I usually take a peek at the Internet Traffic Report (ITR) a couple times a day as part of my routine and was a bit troubled by all of the red today:
I wanted to do some crunching on the data, and I deliberately do not have Word or Excel on my new MacBook Pro (for reasons I can detail if asked). A SELECT / CUT / PASTE into TextWrangler did not really thrill me and I knew there had to be a way to get non-marked-up, columnar data into a format I could mangle and share easily.
Enter, Google Shreadsheet’s importHTML
function.
If you don’t have the forumla bar enabled in Google Spreadsheets, just go to View->Formula Bar
to enable it. Once there, enter the following in the formula bar to get the data from the ITR into a set of columns that will auto-update every time you reference the sheet.
=importHTML("http://www.internettrafficreport.com/namerica.htm","table",0)
(as you can see, it’s not case sensitive, either)

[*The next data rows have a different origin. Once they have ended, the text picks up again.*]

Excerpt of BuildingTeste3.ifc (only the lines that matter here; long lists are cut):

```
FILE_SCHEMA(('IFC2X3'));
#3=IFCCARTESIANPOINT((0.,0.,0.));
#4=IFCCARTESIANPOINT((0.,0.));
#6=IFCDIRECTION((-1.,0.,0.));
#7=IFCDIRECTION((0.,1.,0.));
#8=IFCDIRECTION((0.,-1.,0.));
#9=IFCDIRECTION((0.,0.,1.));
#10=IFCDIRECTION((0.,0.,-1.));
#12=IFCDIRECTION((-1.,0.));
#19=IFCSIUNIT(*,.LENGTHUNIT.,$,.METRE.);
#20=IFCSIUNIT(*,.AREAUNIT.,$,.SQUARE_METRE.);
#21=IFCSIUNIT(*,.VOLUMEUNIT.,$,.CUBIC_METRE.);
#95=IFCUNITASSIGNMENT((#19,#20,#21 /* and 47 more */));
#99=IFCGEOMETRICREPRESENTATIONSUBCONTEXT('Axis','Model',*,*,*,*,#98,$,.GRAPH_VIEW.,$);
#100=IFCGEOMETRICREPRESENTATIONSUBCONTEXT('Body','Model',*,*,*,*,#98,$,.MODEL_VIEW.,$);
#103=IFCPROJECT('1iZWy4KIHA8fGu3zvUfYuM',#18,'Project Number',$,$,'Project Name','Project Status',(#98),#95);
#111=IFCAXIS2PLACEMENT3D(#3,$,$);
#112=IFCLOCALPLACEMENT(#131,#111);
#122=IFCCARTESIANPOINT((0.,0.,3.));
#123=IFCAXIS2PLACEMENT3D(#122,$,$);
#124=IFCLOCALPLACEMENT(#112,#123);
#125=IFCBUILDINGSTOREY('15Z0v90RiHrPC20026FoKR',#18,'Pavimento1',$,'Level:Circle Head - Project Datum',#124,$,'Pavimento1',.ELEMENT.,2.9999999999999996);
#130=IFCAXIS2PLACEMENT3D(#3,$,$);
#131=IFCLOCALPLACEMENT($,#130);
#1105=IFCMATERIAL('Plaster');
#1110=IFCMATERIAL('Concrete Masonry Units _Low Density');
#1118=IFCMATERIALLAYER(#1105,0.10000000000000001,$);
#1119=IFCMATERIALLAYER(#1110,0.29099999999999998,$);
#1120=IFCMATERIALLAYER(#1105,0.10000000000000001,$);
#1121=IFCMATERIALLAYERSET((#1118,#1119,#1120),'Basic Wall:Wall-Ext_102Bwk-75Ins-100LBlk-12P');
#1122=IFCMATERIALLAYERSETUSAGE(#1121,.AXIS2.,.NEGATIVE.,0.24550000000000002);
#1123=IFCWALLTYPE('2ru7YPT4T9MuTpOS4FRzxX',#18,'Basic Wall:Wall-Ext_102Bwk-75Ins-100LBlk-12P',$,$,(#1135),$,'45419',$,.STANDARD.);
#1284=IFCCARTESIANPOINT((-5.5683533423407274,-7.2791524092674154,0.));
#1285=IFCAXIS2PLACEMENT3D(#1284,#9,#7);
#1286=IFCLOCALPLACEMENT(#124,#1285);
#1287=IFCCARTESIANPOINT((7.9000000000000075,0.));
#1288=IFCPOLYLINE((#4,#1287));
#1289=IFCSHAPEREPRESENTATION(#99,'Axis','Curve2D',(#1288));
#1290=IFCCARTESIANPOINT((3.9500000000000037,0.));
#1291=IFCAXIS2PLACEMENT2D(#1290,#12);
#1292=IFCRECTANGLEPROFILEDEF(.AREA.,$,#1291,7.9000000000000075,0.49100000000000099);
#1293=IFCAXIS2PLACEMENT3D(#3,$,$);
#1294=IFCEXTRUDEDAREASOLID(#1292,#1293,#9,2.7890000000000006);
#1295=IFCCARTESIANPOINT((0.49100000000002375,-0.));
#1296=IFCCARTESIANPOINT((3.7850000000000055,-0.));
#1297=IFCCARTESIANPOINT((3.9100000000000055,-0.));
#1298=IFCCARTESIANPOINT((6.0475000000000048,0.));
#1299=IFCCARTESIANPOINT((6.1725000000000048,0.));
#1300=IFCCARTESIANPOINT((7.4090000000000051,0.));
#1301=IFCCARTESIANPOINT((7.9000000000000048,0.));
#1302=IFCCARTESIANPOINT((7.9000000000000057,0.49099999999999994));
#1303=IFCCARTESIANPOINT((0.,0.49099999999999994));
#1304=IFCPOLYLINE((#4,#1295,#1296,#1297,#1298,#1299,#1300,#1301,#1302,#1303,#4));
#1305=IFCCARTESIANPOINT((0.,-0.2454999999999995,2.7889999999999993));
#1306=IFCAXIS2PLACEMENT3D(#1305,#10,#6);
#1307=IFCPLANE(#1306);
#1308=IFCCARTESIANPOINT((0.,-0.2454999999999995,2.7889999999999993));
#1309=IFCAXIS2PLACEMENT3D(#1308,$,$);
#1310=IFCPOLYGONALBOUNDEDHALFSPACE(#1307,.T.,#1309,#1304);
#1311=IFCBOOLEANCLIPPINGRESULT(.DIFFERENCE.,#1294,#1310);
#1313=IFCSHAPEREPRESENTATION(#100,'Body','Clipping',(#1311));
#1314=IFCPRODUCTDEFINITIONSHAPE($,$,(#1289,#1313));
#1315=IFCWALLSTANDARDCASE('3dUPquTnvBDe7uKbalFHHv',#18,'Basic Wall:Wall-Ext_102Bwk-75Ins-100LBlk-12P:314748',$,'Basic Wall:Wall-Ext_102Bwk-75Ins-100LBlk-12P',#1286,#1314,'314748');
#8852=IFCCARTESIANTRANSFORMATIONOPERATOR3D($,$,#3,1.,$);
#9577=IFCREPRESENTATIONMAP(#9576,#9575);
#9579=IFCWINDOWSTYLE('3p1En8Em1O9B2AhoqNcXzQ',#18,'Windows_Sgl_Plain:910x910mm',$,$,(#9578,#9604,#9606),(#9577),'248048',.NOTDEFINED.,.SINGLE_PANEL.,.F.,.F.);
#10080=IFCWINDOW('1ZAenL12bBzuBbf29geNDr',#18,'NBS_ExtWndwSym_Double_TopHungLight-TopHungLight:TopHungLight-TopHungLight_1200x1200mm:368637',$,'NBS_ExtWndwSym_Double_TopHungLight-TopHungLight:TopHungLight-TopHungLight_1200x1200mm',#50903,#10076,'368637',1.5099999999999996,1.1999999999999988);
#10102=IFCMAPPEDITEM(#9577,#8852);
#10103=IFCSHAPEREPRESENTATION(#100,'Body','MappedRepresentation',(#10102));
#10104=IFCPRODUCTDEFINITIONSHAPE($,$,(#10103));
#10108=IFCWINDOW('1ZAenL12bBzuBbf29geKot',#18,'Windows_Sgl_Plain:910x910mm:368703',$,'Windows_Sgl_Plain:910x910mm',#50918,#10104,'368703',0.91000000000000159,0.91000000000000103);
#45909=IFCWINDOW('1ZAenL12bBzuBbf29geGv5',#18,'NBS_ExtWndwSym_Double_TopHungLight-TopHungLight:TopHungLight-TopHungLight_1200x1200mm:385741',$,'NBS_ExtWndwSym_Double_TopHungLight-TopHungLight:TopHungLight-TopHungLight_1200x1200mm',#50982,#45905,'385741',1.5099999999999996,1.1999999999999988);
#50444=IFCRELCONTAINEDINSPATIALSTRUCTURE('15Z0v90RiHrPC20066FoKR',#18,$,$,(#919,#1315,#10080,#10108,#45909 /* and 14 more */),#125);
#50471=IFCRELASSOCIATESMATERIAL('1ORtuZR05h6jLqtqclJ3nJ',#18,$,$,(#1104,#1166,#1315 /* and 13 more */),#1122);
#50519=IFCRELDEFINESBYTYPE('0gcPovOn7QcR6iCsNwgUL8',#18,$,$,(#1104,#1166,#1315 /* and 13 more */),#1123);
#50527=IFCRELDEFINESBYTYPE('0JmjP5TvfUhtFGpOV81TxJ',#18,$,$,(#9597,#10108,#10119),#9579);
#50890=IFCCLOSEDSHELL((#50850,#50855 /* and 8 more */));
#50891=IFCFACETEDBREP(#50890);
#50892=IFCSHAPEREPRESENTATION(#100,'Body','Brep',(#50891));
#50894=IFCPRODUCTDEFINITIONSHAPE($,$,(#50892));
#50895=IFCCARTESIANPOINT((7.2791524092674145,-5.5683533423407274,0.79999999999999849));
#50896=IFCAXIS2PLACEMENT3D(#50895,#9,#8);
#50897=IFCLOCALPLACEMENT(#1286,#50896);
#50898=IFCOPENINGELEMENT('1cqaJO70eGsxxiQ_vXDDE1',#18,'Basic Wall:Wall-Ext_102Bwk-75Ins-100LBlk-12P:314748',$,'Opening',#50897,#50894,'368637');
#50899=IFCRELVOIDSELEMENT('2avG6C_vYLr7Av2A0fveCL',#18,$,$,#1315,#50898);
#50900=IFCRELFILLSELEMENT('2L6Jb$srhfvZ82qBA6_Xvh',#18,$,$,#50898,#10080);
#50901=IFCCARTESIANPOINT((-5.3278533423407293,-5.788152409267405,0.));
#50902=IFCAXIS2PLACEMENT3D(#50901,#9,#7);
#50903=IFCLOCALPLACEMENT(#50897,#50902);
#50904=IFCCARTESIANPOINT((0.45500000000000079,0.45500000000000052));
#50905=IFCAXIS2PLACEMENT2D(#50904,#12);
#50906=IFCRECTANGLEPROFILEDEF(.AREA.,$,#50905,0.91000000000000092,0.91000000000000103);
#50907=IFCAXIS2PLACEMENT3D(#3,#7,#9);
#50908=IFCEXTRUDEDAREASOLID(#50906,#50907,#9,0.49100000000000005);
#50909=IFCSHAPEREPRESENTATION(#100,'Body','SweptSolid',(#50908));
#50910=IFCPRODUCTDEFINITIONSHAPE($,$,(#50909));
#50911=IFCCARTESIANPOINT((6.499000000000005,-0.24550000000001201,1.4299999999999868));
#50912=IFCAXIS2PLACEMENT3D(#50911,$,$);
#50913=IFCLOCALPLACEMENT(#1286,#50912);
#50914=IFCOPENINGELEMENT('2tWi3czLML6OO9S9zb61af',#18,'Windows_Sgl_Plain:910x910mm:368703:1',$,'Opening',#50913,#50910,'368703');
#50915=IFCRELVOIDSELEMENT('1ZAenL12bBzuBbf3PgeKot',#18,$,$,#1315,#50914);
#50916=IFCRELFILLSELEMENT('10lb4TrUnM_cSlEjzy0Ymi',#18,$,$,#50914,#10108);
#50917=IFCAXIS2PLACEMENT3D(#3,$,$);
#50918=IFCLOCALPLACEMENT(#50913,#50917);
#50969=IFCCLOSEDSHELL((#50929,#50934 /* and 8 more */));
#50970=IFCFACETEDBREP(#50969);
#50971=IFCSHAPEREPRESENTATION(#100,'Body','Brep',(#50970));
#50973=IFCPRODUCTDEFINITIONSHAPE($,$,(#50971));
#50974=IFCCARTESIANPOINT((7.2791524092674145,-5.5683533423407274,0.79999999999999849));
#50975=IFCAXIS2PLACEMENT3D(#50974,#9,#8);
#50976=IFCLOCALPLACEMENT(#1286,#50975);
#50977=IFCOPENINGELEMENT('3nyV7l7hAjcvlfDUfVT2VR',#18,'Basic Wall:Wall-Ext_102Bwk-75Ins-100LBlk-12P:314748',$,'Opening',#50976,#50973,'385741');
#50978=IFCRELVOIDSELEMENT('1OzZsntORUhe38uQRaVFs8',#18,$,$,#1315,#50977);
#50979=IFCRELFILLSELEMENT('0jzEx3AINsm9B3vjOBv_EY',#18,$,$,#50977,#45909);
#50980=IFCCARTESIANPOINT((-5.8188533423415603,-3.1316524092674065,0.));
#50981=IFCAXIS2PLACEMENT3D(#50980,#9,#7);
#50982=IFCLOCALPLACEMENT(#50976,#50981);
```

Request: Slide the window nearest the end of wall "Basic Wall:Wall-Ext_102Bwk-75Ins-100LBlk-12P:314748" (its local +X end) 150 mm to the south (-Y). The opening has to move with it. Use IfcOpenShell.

```python
import ifcopenshell
import ifcopenshell.api.geometry
import ifcopenshell.util.placement
import ifcopenshell.util.unit

model = ifcopenshell.open("BuildingTeste3.ifc")
unit_scale = ifcopenshell.util.unit.calculate_unit_scale(model)

window = model.by_guid("1ZAenL12bBzuBbf29geKot")
opening = window.FillsVoids[0].RelatingOpeningElement
wall = opening.VoidsElements[0].RelatingBuildingElement

wall_matrix = ifcopenshell.util.placement.get_local_placement(wall.ObjectPlacement)
shift = wall_matrix[:3, 0] * -0.15 / unit_scale
before = ifcopenshell.util.placement.get_local_placement(window.ObjectPlacement)[:3, 3].copy()

# The window is placed relative to its opening, so it follows when the opening moves.
matrix = ifcopenshell.util.placement.get_local_placement(opening.ObjectPlacement)
matrix[:3, 3] += shift
ifcopenshell.api.geometry.edit_object_placement(
    model, product=opening, matrix=matrix, is_si=False, should_transform_children=True
)

after = ifcopenshell.util.placement.get_local_placement(window.ObjectPlacement)[:3, 3]
print("window moved by", (after - before).round(3) + 0.0)

model.write("BuildingTeste3_updated.ifc")
```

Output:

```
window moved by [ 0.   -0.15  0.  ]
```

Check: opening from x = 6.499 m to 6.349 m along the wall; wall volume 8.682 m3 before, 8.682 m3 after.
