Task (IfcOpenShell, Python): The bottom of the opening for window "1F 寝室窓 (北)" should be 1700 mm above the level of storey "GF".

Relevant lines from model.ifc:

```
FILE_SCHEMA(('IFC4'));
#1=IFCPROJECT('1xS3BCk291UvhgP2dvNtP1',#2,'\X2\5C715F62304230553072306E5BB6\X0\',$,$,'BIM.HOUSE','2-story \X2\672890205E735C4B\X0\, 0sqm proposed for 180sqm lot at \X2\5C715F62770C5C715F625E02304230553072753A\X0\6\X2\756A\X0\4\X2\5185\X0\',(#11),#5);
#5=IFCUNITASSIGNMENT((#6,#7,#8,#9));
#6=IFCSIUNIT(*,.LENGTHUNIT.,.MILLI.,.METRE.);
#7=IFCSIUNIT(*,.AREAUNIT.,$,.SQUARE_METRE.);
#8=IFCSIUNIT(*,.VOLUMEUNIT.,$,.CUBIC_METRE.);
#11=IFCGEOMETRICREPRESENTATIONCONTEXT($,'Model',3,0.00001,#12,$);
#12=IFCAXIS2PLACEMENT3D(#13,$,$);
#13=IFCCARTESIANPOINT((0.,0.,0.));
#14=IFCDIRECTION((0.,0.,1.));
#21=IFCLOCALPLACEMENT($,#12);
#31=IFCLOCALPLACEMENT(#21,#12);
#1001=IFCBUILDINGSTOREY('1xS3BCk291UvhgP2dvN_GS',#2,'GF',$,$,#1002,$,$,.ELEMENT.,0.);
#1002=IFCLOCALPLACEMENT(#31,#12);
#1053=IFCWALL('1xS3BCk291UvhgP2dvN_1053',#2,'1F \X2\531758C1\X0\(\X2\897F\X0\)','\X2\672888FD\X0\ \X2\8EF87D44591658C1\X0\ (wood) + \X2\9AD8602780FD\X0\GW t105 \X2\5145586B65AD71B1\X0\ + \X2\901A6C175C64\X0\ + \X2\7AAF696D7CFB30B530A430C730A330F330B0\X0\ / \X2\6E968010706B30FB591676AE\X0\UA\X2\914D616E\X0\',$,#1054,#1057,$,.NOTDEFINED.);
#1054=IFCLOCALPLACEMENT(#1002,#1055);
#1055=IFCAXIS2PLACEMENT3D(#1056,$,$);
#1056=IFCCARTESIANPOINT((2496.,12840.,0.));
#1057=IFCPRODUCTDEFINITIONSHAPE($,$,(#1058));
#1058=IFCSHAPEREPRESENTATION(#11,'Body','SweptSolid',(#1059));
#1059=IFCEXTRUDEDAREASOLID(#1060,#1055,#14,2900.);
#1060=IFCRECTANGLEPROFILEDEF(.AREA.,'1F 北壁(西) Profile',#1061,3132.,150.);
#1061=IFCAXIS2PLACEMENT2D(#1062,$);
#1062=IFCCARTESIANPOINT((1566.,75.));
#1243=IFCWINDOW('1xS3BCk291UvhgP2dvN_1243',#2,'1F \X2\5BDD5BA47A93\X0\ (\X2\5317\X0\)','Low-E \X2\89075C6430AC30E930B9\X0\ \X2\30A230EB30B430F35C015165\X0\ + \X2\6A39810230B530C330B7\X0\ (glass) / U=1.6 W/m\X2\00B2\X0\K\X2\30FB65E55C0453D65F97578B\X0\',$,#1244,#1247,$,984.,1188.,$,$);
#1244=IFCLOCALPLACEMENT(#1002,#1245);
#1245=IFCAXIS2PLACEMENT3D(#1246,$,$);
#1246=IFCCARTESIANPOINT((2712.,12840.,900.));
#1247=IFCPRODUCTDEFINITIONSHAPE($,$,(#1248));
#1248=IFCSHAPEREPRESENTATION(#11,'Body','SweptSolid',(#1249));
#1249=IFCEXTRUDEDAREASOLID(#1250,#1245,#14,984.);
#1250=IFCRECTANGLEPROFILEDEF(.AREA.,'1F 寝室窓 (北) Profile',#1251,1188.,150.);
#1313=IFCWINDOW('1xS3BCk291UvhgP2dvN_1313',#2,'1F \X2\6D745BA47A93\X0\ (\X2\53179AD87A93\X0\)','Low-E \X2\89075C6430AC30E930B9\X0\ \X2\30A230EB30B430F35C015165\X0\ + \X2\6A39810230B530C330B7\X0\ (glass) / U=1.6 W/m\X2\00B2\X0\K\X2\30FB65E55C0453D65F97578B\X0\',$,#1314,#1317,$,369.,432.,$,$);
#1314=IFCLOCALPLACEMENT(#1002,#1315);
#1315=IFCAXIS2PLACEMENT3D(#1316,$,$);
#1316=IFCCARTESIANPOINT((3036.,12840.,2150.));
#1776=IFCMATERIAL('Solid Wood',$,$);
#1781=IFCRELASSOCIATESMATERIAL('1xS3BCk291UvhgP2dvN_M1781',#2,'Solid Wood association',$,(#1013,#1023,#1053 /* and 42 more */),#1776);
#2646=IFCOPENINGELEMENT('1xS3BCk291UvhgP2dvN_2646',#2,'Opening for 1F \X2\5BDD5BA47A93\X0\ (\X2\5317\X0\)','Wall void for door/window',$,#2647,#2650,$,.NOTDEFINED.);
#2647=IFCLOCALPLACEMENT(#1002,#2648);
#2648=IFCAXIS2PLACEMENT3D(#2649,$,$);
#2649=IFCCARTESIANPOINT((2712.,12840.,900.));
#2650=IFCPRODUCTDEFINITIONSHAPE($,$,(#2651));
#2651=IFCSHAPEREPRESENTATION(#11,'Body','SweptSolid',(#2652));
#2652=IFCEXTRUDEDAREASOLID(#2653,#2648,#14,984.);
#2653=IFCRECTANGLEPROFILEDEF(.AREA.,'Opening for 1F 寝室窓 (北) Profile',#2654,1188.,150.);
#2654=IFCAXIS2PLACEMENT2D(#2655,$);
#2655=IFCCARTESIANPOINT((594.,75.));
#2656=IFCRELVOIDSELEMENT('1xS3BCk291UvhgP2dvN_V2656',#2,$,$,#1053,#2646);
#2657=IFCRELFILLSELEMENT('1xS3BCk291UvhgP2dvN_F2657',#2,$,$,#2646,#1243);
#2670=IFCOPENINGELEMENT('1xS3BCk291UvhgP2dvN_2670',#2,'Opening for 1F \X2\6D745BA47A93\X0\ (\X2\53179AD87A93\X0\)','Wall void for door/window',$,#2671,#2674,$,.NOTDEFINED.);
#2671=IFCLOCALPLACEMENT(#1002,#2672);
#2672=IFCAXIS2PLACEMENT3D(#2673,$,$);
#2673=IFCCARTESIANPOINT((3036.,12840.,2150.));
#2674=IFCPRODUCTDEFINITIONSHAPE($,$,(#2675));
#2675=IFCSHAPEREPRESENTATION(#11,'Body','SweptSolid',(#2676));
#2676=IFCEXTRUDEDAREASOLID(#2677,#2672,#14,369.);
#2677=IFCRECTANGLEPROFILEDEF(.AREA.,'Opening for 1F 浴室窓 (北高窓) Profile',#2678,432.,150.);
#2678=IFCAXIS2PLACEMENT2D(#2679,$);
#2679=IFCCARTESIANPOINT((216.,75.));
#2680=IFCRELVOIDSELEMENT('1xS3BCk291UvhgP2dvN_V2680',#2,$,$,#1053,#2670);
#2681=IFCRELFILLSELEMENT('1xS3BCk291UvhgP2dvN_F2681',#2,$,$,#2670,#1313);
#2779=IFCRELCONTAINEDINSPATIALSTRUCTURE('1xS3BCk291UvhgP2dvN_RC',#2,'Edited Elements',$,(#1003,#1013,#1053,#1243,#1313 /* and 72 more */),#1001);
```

```python
import numpy as np
import ifcopenshell
import ifcopenshell.api.geometry
import ifcopenshell.geom
import ifcopenshell.util.element
import ifcopenshell.util.placement
import ifcopenshell.util.shape
import ifcopenshell.util.unit

model = ifcopenshell.open("model.ifc")
unit_scale = ifcopenshell.util.unit.calculate_unit_scale(model)

window = model.by_id(1243)
opening = window.FillsVoids[0].RelatingOpeningElement
storey = ifcopenshell.util.element.get_container(window, ifc_class="IfcBuildingStorey")
level = ifcopenshell.util.placement.get_local_placement(storey.ObjectPlacement)[2, 3]

# The opening's origin need not be at the sill, so measure its lowest point.
shape = ifcopenshell.geom.create_shape(ifcopenshell.geom.settings(), opening)
bottom = ifcopenshell.util.shape.get_shape_bottom_elevation(shape, shape.geometry) / unit_scale
dz = level + 1.7 / unit_scale - bottom

shift = np.array([0.0, 0.0, dz])
# The window is not placed relative to its opening, so move both.
for product in (opening, window):
    matrix = ifcopenshell.util.placement.get_local_placement(product.ObjectPlacement)
    matrix[:3, 3] += shift
    ifcopenshell.api.geometry.edit_object_placement(model, product=product, matrix=matrix, is_si=False)

print(f"moved by {dz * unit_scale:+.3f} m")

model.write("model_edited.ifc")
```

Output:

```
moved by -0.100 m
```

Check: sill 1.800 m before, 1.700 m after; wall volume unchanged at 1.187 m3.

Yes, I know Excel can do this. I could have done a quick script whack the pasted data in TextWrangler. You can do something similar in R with htmlTreeParse
+ xpathApply
and Perl has HTML::TableContentParser
(and other handy modules), but this was a fast, easy way to get me to a point where I could do the basic analytics I wanted to perform (and, sometimes, all you need is quick & easy).